---------- SUPPLIED MATERIAL ----------
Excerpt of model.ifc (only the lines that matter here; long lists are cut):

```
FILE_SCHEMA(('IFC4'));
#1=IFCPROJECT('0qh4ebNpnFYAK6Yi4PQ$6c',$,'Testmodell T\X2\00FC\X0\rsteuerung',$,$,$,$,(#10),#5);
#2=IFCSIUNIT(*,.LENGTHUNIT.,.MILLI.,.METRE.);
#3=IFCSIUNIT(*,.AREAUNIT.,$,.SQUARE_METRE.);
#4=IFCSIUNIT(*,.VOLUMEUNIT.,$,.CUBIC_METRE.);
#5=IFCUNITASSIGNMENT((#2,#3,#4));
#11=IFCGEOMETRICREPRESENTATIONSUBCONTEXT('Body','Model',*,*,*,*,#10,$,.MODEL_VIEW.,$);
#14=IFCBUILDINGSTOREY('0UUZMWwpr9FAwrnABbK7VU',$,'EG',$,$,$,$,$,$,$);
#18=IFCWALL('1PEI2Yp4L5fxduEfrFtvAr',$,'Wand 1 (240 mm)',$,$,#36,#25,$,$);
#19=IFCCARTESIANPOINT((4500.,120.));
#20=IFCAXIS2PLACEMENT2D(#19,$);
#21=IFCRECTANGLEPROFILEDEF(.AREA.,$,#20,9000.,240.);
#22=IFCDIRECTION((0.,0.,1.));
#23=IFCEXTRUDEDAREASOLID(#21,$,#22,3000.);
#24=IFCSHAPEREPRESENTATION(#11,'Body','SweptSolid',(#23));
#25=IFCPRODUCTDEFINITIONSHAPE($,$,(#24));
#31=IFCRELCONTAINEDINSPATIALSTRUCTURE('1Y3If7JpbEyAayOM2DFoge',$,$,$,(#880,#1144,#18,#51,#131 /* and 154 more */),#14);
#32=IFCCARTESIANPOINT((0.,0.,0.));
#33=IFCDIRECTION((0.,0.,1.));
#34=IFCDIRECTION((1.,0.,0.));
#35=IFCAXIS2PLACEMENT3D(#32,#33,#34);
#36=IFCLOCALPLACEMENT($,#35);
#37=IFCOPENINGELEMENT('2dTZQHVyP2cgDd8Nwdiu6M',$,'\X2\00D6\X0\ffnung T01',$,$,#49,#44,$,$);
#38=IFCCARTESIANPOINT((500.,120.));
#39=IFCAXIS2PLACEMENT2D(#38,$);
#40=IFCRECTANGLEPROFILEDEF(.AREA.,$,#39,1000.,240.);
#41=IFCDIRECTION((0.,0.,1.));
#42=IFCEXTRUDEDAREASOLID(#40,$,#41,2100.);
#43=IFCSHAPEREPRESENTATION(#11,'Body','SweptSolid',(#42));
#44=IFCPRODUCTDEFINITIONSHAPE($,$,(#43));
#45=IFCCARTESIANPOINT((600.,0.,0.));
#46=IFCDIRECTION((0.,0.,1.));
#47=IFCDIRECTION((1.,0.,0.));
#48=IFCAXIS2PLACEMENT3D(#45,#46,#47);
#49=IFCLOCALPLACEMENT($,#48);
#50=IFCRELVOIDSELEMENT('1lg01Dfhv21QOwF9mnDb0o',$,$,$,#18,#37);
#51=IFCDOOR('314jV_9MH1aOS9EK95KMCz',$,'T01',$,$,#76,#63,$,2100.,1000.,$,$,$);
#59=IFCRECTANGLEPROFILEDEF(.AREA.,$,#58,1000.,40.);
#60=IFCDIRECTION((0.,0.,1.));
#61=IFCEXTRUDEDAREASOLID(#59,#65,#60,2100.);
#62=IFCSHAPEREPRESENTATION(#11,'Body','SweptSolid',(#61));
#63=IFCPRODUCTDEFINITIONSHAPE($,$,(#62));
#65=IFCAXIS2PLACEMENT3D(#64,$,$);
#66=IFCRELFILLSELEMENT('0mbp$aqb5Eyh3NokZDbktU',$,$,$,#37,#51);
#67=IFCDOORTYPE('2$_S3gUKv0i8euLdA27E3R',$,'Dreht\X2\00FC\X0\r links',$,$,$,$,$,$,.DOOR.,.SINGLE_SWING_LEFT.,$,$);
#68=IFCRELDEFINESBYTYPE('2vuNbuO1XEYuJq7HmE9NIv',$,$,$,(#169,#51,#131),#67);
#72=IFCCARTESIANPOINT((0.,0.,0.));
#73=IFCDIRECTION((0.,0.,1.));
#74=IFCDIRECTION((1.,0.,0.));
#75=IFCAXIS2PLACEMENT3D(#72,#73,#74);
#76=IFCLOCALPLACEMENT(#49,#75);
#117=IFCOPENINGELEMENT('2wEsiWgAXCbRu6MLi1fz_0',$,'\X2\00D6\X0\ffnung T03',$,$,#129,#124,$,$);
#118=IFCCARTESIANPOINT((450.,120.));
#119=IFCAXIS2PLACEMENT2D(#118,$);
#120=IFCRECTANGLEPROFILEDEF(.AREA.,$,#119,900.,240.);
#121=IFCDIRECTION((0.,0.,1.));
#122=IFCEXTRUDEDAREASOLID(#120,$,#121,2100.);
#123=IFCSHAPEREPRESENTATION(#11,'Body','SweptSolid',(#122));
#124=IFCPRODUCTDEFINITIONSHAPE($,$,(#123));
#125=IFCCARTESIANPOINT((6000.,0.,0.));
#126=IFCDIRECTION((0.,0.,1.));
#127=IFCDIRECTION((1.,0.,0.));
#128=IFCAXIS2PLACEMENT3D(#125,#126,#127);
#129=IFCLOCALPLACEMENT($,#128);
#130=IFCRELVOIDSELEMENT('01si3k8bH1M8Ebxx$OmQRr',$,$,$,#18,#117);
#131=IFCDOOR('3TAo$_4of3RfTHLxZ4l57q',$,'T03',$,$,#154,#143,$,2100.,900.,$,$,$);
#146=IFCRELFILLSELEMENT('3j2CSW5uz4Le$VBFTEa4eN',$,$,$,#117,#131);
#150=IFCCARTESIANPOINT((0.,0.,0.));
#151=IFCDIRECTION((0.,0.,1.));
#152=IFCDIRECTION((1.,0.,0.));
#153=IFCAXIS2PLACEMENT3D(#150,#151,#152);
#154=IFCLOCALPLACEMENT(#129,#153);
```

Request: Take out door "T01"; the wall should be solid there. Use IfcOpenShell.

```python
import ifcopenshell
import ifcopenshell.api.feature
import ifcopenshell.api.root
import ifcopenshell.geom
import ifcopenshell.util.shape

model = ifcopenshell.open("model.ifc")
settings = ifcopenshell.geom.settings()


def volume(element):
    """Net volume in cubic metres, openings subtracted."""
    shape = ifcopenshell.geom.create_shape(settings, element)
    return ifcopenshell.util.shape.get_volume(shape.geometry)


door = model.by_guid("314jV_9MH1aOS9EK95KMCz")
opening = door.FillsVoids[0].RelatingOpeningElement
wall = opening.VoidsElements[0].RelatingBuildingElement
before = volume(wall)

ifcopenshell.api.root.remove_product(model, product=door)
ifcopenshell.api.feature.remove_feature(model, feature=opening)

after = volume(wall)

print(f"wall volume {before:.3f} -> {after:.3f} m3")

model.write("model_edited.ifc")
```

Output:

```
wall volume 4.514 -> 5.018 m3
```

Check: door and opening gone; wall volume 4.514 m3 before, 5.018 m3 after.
----------
---------- SUPPLIED MATERIAL ----------
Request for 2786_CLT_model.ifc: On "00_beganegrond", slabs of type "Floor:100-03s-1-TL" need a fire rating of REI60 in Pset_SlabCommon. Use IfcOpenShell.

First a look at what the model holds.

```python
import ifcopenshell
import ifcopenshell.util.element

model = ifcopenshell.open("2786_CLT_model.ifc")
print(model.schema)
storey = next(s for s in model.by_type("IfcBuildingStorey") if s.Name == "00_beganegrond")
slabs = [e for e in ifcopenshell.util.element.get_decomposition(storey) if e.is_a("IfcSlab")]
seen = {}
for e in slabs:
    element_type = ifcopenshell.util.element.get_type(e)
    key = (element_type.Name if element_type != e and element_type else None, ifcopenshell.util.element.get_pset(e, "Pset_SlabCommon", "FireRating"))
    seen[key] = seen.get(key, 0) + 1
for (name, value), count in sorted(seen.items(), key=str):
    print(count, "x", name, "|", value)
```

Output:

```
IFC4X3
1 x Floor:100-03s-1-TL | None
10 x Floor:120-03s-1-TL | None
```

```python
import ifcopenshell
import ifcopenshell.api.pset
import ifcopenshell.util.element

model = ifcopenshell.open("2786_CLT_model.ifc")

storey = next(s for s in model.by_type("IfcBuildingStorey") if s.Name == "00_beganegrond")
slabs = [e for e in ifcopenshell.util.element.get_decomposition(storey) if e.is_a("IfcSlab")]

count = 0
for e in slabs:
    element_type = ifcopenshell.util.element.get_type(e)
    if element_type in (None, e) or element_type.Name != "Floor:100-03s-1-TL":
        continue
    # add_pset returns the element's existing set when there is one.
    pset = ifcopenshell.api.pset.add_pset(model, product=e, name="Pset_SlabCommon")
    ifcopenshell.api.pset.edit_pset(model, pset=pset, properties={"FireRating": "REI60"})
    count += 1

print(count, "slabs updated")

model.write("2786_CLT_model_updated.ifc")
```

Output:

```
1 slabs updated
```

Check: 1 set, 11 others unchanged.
----------
YOUR OBJECTIVE.
In the data above, find each line where the string "IFCOPENINGELEMENT" appears, then copy it.

WRITTEN ANSWER.
#37=IFCOPENINGELEMENT('2dTZQHVyP2cgDd8Nwdiu6M',$,'\X2\00D6\X0\ffnung T01',$,$,#49,#44,$,$);
#117=IFCOPENINGELEMENT('2wEsiWgAXCbRu6MLi1fz_0',$,'\X2\00D6\X0\ffnung T03',$,$,#129,#124,$,$);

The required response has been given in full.